Mostly, that the best fathers aren’t remembered for the big things they do. Instead, it’s a lifetime’s worth of little things they do together that become the biggest thing of all.
The best moments, it turns out, are the ordinary ones.
His wonder at the blue hibiscus that she grew in the Arizona heat when he never could. His delight in the stories that she wrote and the profession that they shared. The sweetness of an evening walk, arm in arm, talking about anything or sometimes nothing at all. The chance to watch him once she had children of her own, to see once again just how special it is to have a man such as this in a child’s life — even when the child is now a woman.
It’s been 10 years since cancer claimed her father, but he still drops by now and then.

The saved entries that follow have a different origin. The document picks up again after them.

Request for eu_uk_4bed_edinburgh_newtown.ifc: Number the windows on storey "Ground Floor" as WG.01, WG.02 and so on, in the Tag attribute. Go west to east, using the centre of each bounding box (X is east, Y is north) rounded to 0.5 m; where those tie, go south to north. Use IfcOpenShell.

First a look at what the model holds.

```python
import ifcopenshell
import ifcopenshell.util.element
import ifcopenshell.util.placement

model = ifcopenshell.open("eu_uk_4bed_edinburgh_newtown.ifc")
print(model.schema)
storey = next(s for s in model.by_type("IfcBuildingStorey") if s.Name == "Ground Floor")
windows = [e for e in ifcopenshell.util.element.get_decomposition(storey) if e.is_a("IfcWindow")]
for e in sorted(windows, key=lambda e: e.id()):
    origin = ifcopenshell.util.placement.get_local_placement(e.ObjectPlacement)[:3, 3]
    print(e.id(), e.Tag, e.Name, origin.round(2) + 0.0, sep=" | ")
```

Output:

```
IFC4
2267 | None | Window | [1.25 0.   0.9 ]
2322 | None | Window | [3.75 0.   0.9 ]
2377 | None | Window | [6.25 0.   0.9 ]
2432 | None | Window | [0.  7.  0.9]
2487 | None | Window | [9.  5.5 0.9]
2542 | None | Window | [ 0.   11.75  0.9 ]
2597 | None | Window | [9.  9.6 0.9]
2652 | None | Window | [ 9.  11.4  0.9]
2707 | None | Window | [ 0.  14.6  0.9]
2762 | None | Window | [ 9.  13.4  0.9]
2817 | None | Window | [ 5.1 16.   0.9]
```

```python
import ifcopenshell
import ifcopenshell.geom
import ifcopenshell.util.element
import ifcopenshell.util.shape

model = ifcopenshell.open("eu_uk_4bed_edinburgh_newtown.ifc")
settings = ifcopenshell.geom.settings()
settings.set("use-world-coords", True)


def centre(element):
    shape = ifcopenshell.geom.create_shape(settings, element)
    return ifcopenshell.util.shape.get_bbox_centroid(shape.geometry)


storey = next(s for s in model.by_type("IfcBuildingStorey") if s.Name == "Ground Floor")
windows = [e for e in ifcopenshell.util.element.get_decomposition(storey) if e.is_a("IfcWindow")]

# Insertion points can sit at a corner or the storey origin, so sort by the geometry (in metres).
centres = {e: centre(e) for e in windows}
windows.sort(key=lambda e: (round(centres[e][0] / 0.5), centres[e][1]))

for i, e in enumerate(windows, start=1):
    number = f"WG.{i:02d}"
    e.Tag = number
    print(e.id(), number)

model.write("eu_uk_4bed_edinburgh_newtown_v2.ifc")
```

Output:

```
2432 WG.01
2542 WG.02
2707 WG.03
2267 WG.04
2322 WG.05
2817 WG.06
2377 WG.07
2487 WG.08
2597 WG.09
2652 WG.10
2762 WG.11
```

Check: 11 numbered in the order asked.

She sees him in her sister’s smile.
She hears him when she writes something that is particularly good – or particularly bad.
She feels his delight in the tomatoes she tries to grow and his chuckle at the birds that claim every blasted last one of them.
She thinks of him when she sees a hibiscus in bloom or the cut of the mountains he loved against the desert sky at sunset.
Or the sight of any man with a well-loved and oh-so-lucky daughter.
And so she stands here, at the end of a decade without him, blessed and grateful and ready for all the next steps that will come in her life because she knows now what she couldn’t possibly have understood 10 years ago — that a part of him is here still.
Good dads, you see, never really die. They are with you always.
All those years she thought she was wrapping him around her little finger? Turns out he was wrapping himself around her heart.